The Glen Allen, Va. native teaches his scheme to his players at each level of the defense. The secondary may be taught a certain look with the knowledge that two defenders will be dropping into coverage - without knowing which two - while the defensive line is taught its assignments without worrying about the coverage on the back end. The coaching staff will then determine who actually blitzes during game prep for each opponent, which allows for consistent base schemes and coverages with weekly tweaks.
Bateman has heard offensive coordinators suggest that he’s got a hundred blitzes, although in actuality, he only teaches six to his players. By changing fronts and disguising coverages, defenders simply switch jobs, thereby appearing to be a different blitz to opponents without complicating matters for his own players.
“The thing that I like that about what Jay Bateman does on defense is the fact it's multi-fronted and it’s multi-coverages on the back end,” co-defensive coordinator and inside linebackers coach Tommy Thigpen said. “You never know where a squat corner is going to be, you never know where the rotation of a safety is going to be and you never know what (scheme) the front is going to be in, so there's hesitation.”

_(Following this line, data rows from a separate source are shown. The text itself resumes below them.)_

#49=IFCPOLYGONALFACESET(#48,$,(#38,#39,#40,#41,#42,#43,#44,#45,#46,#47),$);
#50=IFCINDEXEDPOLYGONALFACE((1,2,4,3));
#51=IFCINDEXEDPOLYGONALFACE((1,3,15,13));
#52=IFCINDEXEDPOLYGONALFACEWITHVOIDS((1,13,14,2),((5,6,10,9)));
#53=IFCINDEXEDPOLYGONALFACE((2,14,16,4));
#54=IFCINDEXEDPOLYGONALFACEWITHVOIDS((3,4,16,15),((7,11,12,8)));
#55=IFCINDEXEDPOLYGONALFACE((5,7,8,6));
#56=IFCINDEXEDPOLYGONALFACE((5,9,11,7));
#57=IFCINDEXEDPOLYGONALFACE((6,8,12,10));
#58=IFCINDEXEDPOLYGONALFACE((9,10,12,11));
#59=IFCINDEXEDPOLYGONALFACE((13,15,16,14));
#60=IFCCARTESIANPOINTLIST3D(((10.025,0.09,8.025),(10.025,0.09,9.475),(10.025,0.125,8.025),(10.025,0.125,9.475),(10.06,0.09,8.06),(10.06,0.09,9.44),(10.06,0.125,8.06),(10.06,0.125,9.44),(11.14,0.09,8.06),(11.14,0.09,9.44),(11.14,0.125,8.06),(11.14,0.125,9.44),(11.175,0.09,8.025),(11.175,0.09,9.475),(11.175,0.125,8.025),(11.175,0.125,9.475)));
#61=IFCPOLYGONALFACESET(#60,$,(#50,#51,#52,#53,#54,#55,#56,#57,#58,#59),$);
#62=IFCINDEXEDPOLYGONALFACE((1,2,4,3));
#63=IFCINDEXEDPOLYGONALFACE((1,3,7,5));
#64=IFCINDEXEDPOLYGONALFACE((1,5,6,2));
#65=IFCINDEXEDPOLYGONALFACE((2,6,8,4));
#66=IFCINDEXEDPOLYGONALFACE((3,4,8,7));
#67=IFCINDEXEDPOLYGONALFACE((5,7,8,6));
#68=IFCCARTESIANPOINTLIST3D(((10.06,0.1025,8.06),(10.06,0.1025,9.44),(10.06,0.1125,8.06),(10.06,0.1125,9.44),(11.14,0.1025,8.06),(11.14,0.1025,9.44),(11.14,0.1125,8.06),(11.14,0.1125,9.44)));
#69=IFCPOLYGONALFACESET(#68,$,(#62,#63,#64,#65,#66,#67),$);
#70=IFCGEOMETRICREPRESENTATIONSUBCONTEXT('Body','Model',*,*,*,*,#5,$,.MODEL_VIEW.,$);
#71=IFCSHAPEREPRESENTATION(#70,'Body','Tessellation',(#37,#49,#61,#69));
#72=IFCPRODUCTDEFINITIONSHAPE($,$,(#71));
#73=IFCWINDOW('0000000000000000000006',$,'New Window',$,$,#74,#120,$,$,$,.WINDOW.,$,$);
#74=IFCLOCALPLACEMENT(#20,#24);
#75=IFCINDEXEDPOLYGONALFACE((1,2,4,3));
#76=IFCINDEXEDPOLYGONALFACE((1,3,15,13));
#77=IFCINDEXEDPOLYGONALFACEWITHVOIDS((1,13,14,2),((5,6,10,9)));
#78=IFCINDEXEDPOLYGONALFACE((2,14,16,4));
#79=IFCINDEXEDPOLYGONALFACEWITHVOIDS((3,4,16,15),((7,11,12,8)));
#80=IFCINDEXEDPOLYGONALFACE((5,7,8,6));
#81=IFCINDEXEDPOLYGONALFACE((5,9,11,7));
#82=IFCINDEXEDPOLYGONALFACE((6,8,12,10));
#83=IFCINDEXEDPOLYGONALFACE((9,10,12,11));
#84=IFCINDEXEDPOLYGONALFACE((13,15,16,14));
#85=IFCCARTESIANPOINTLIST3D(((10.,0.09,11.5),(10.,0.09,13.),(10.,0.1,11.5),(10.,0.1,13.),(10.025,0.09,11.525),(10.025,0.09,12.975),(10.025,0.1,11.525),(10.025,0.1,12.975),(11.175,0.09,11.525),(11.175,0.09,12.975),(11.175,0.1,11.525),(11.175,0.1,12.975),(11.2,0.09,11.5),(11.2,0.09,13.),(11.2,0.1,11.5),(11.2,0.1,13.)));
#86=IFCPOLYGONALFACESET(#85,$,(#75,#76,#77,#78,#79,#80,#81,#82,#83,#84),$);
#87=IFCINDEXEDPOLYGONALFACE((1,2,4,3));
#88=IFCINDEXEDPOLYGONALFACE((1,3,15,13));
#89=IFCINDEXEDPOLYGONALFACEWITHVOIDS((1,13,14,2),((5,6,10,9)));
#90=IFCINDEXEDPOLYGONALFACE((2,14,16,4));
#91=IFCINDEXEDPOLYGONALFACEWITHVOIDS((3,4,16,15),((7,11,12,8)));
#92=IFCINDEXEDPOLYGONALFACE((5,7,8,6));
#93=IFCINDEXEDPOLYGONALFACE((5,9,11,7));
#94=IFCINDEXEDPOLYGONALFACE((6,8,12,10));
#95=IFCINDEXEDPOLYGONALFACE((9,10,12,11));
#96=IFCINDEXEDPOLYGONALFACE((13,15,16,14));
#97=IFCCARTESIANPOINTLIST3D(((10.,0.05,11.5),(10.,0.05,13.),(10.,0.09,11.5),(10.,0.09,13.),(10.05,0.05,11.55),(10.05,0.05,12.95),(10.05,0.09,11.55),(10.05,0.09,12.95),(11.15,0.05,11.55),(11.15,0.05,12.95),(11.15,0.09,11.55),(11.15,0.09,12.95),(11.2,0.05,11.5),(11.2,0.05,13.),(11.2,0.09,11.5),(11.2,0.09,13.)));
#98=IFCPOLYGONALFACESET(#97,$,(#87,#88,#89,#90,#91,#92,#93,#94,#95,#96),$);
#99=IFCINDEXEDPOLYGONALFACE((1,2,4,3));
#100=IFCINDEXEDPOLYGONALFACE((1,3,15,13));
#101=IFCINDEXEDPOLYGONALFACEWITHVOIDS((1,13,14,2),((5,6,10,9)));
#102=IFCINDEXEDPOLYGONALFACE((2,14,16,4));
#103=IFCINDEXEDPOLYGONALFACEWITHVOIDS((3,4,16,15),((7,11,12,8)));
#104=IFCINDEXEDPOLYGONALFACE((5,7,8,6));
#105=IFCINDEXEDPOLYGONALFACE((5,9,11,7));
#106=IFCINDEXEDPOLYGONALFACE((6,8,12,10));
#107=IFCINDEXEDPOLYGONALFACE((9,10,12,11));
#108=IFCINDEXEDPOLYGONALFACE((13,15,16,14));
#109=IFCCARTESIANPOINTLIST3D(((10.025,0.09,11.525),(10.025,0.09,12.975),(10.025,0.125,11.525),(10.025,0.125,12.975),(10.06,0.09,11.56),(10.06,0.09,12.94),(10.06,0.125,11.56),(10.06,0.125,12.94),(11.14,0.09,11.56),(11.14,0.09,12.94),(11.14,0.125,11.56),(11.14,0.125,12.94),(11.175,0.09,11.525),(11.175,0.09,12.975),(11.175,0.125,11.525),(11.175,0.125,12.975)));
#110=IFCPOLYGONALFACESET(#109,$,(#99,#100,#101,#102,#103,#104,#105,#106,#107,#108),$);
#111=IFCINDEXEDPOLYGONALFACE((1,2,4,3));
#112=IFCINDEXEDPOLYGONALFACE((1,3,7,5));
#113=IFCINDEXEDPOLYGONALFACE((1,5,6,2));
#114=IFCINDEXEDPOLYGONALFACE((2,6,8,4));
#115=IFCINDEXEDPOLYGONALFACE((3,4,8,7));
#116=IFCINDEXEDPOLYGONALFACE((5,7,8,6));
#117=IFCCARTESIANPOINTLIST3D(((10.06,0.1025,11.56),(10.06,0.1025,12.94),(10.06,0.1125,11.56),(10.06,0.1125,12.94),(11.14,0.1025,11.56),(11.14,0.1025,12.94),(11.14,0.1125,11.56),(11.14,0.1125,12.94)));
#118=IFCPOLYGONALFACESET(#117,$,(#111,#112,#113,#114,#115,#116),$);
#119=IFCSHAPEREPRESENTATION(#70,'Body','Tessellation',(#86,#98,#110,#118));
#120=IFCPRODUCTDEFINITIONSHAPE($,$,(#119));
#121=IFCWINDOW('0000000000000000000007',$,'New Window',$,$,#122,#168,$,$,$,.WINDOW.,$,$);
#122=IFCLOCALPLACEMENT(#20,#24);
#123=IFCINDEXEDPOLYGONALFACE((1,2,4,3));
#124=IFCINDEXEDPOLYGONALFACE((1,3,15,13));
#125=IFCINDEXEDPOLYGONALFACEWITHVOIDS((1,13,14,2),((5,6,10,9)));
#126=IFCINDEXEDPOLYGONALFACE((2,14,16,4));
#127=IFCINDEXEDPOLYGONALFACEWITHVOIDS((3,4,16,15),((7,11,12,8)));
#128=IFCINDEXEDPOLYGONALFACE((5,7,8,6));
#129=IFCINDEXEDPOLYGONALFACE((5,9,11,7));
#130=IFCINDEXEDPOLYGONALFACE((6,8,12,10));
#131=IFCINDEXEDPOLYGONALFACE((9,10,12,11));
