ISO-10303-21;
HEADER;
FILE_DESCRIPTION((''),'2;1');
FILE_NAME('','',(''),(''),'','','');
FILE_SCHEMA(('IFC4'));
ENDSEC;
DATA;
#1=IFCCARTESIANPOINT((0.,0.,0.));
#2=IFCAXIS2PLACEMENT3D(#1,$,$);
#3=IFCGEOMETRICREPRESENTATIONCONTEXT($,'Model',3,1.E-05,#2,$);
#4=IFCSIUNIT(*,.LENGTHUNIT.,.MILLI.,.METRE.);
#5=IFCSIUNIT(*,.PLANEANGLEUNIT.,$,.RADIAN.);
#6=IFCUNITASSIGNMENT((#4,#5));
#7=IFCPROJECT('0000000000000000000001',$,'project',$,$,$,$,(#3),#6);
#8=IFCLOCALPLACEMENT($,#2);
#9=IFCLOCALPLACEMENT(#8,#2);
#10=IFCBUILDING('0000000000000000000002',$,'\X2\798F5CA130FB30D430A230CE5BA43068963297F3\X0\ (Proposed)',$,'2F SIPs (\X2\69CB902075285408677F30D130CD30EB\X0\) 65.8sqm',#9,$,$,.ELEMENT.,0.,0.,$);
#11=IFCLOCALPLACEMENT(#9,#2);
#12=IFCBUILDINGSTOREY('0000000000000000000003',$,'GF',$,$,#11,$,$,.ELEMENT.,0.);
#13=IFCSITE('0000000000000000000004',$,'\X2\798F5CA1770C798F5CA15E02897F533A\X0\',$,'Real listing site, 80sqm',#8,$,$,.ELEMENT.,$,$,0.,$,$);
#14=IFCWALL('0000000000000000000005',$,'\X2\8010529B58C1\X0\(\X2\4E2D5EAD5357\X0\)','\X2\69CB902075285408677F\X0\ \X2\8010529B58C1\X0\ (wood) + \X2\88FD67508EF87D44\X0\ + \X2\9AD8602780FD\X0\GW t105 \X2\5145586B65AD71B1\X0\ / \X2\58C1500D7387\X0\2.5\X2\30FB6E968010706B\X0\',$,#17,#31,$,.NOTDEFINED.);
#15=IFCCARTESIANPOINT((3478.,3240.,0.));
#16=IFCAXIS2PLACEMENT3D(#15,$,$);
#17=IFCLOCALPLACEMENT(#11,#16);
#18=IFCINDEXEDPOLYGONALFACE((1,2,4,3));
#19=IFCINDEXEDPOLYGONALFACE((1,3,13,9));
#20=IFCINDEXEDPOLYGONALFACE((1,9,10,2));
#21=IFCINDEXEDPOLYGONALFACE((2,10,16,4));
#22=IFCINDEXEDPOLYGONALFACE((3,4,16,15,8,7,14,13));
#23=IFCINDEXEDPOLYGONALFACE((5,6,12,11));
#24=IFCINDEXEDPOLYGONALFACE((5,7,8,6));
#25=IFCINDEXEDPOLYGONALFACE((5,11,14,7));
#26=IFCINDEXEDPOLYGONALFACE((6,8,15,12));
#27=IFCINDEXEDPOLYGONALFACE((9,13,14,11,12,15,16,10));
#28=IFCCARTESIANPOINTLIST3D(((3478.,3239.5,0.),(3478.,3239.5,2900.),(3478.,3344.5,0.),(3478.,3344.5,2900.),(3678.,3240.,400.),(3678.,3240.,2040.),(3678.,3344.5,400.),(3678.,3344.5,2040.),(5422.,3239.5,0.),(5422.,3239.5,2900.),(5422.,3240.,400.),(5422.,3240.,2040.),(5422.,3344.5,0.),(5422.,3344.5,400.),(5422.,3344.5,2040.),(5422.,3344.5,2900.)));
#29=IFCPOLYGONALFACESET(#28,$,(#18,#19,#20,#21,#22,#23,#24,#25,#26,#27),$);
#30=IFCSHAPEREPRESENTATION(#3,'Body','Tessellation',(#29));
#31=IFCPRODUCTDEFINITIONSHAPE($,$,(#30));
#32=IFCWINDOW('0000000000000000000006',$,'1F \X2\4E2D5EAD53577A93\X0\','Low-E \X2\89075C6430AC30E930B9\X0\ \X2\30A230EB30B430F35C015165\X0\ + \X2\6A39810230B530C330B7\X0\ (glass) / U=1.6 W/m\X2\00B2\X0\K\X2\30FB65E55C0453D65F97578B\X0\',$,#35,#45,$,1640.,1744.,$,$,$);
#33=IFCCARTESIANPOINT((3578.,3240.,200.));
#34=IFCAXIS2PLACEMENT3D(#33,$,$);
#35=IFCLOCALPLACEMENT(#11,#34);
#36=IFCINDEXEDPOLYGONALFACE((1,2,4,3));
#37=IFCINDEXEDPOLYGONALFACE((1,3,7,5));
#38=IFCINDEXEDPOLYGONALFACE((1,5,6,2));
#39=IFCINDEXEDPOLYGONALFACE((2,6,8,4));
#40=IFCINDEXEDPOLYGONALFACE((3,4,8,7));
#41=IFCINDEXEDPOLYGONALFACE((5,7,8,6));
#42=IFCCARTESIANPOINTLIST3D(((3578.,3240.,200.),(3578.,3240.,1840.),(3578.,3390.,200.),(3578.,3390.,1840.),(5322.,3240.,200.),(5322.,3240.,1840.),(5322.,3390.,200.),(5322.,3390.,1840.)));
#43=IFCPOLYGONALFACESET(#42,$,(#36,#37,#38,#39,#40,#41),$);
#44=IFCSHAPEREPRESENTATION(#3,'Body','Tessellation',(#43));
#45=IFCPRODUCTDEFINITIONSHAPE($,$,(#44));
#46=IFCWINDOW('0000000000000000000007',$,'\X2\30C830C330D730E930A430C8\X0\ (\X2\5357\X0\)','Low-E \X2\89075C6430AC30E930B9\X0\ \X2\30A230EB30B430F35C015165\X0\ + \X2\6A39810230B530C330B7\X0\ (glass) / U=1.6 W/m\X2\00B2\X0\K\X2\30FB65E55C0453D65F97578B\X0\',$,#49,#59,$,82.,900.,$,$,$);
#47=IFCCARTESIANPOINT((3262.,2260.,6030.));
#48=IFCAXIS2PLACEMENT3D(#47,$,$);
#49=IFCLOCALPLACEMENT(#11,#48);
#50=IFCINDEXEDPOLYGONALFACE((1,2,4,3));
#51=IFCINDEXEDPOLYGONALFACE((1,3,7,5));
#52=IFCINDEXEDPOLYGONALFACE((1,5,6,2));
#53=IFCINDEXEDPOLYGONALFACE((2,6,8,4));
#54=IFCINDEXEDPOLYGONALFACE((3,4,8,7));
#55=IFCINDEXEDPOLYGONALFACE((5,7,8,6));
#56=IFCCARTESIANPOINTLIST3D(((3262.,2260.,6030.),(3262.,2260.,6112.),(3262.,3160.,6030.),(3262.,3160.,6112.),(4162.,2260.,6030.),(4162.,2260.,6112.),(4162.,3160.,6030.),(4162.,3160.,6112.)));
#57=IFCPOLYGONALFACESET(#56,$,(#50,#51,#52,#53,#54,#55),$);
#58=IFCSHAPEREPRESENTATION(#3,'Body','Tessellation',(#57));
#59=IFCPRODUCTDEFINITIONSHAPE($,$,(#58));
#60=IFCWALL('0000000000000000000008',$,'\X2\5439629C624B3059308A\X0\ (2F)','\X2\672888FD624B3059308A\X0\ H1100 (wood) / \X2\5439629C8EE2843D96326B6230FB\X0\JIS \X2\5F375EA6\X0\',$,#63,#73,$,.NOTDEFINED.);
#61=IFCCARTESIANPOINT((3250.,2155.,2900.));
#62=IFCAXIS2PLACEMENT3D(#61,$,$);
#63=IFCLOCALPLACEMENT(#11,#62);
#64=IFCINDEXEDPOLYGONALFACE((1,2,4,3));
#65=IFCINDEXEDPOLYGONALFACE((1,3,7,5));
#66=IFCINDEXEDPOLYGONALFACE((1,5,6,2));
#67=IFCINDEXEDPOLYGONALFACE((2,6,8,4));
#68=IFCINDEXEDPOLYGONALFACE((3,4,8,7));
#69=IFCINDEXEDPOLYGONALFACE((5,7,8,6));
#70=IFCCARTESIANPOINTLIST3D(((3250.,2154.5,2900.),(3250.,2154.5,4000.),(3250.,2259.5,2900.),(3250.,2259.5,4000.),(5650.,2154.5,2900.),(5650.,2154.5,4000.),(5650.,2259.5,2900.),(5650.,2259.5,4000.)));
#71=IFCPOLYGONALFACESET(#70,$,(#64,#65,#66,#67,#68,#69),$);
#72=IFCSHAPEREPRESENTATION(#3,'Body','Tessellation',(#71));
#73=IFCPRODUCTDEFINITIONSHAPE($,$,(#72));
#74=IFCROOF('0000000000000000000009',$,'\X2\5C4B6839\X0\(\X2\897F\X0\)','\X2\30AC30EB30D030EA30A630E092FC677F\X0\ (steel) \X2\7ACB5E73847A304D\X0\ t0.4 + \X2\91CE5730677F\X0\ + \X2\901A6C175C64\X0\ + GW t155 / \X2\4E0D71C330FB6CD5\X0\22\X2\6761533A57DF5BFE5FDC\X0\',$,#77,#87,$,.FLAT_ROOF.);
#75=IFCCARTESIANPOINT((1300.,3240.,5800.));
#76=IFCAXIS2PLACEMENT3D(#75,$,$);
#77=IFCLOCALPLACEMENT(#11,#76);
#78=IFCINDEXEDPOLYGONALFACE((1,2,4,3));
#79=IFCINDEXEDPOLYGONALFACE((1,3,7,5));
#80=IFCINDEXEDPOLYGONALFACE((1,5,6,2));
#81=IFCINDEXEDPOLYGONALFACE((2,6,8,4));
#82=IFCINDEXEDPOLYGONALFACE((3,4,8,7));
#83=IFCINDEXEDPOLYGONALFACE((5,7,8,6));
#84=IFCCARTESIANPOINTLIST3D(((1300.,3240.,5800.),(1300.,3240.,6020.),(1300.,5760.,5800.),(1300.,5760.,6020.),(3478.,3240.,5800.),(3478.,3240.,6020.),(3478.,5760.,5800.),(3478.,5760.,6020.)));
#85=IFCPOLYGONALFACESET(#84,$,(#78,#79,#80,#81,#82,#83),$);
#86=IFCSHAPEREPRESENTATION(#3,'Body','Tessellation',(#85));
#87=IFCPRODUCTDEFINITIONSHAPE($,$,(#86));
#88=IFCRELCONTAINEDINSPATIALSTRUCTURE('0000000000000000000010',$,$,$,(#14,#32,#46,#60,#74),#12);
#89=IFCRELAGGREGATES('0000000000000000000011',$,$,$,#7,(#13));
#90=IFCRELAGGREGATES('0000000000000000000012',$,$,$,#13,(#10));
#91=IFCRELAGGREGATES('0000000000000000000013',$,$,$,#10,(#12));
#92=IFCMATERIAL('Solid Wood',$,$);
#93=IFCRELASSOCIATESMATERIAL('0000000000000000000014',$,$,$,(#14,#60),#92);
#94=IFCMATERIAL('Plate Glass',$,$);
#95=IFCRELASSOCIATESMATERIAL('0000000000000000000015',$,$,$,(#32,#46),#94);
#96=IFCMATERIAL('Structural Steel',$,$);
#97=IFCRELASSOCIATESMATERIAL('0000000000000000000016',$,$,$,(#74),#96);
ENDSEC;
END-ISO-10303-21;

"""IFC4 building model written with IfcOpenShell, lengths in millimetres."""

from ifc_helpers import new_model, si_unit, frame, frame_2d, origin, place, context, project, spatial, rectangle, extrude, material, element, fill, save


model = new_model("IFC4")

# Units and contexts
model_context = context("Model", 3, precision=1e-05, world=origin())
ifc_project = project(units=[si_unit("LENGTHUNIT", "METRE", prefix="MILLI"), si_unit("PLANEANGLEUNIT", "RADIAN")], contexts=[model_context])

# Site, building, storey
site_placement = place(None, origin())
site = spatial("IfcSite", under=ifc_project, at=site_placement, Name="福岡県福岡市西区", ObjectType="Real listing site, 80sqm", CompositionType="ELEMENT", RefElevation=0.0)
building_placement = place(site_placement, origin())
building = spatial("IfcBuilding", under=site, at=building_placement, Name="福岡・ピアノ室と防音 (Proposed)", ObjectType="2F SIPs (構造用合板パネル) 65.8sqm", CompositionType="ELEMENT", ElevationOfRefHeight=0.0, ElevationOfTerrain=0.0)
storey_placement = place(building_placement, origin())
storey = spatial("IfcBuildingStorey", under=building, at=storey_placement, Name="GF", CompositionType="ELEMENT", Elevation=0.0)

# Shared definitions
ifc_material_1 = material(Name="Solid Wood")

# Wall, opening, window
wall_1_placement = place(storey_placement, frame((3478.0, 3240.0, 0.0)))
wall_1 = element("IfcWall", 1, at=wall_1_placement, inside=storey, material=ifc_material_1, Name="耐力壁(中庭南)", Description="構造用合板 耐力壁 (wood) + 製材軸組 + 高性能GW t105 充填断熱 / 壁倍率2.5・準耐火", PredefinedType="NOTDEFINED", context=model_context, shape_type="SweptSolid", body=[
    extrude(rectangle(XDim=1944.0, YDim=105.0, at=frame_2d((972.0, 52.0))), frame((3478.0, 3240.0, 0.0)), (0.0, 0.0, 1.0), 2900.0),
])
opening_placement = place(storey_placement, frame((3578.0, 3240.0, 200.0)))
opening = element("IfcOpeningElement", 2, at=opening_placement, cuts=wall_1, PredefinedType="NOTDEFINED", context=model_context, shape_type="SweptSolid", body=[
    extrude(rectangle(XDim=1744.0, YDim=150.0, at=frame_2d((872.0, 75.0))), frame((3578.0, 3240.0, 200.0)), (0.0, 0.0, 1.0), 1640.0),
])
ifc_material_2 = material(Name="Plate Glass")
window_1_placement = place(storey_placement, frame((3578.0, 3240.0, 200.0)))
window_1 = element("IfcWindow", 3, at=window_1_placement, inside=storey, material=ifc_material_2, Name="1F 中庭南窓", Description="Low-E 複層ガラス アルゴン封入 + 樹脂サッシ (glass) / U=1.6 W/m²K・日射取得型", OverallHeight=1640.0, OverallWidth=1744.0, context=model_context, shape_type="SweptSolid", body=[
    extrude(rectangle(XDim=1744.0, YDim=150.0, at=frame_2d((872.0, 75.0))), frame((3578.0, 3240.0, 200.0)), (0.0, 0.0, 1.0), 1640.0),
])
fill(opening, window_1)

# Window
window_2_placement = place(storey_placement, frame((3262.0, 2260.0, 6030.0)))
element("IfcWindow", 4, at=window_2_placement, inside=storey, material=ifc_material_2, Name="トップライト (南)", Description="Low-E 複層ガラス アルゴン封入 + 樹脂サッシ (glass) / U=1.6 W/m²K・日射取得型", OverallHeight=82.0, OverallWidth=900.0, context=model_context, shape_type="SweptSolid", body=[
    extrude(rectangle(XDim=900.0, YDim=900.0, at=frame_2d((450.0, 450.0))), frame((3262.0, 2260.0, 6030.0)), (0.0, 0.0, 1.0), 82.0),
])

# Wall
wall_2_placement = place(storey_placement, frame((3250.0, 2155.0, 2900.0)))
element("IfcWall", 5, at=wall_2_placement, inside=storey, material=ifc_material_1, Name="吹抜手すり (2F)", Description="木製手すり H1100 (wood) / 吹抜転落防止・JIS 強度", PredefinedType="NOTDEFINED", context=model_context, shape_type="SweptSolid", body=[
    extrude(rectangle(XDim=2400.0, YDim=105.0, at=frame_2d((1200.0, 52.0))), frame((3250.0, 2155.0, 2900.0)), (0.0, 0.0, 1.0), 1100.0),
])

# Roof
ifc_material_3 = material(Name="Structural Steel")
for number, where, name in (
    (6, (1300.0, 3240.0, 5800.0), "屋根(西)"),
):
    element("IfcRoof", number, at=place(storey_placement, frame(where)), inside=storey, material=ifc_material_3, Name=name, Description="ガルバリウム鋼板 (steel) 立平葺き t0.4 + 野地板 + 通気層 + GW t155 / 不燃・法22条区域対応", PredefinedType="FLAT_ROOF", context=model_context, shape_type="SweptSolid", body=[
        extrude(rectangle(XDim=2178.0, YDim=2520.0, at=frame_2d((1089.0, 1260.0))), frame((1300.0, 3240.0, 5800.0)), (0.0, 0.0, 1.0), 220.0),
    ])

save(model, "model.ifc")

Bateman’s defense, which blends schematic elements from elite minds such as LSU’s Dave Aranda and Texas A&M’s Mike Elko, has been widely described as working out of a 3-4 base, albeit somewhat inaccurately. Brown told reporters during spring ball that Army roughly split snaps out of 3-4 and 4-3 fronts last season, while Bateman suggested such a designation is “overrated” due to most defenses utilizing multiple fronts nowadays.
“If you line up the same way every time and they know where you are and they know what coverage you're going to be in, I think it's very easy to attack you,” Bateman said. “The thing offensive coordinators have gotten so much better at in the last 15 years or so is that they will take the easy play all the time…. My thing now is I'm going to call defensive plays. I'm going to dictate to you. We're going to solve our problems with aggression. If I'm pressuring and you have to deal with that, that limits how many plays you can run.”
Regardless of how complicated a defense may appear, an offense can neuter its opponent with an effective rushing attack, a fact that Bateman has reiterated at his various stops. Army ranked 40th nationally in yards per carry allowed (3.86) and 56th in Bill Connelly’s rushing S&P+, an advanced metric that combines efficiency, explosiveness, field position, finishing drives and turnovers. Bateman has a significant challenge ahead in his first season at the Power 5 level as run defense has been a constant weakness for UNC in recent years. The Tar Heels have not ranked in the top-60 nationally in the yards-per-carry-allowed statistic since the 2012 season.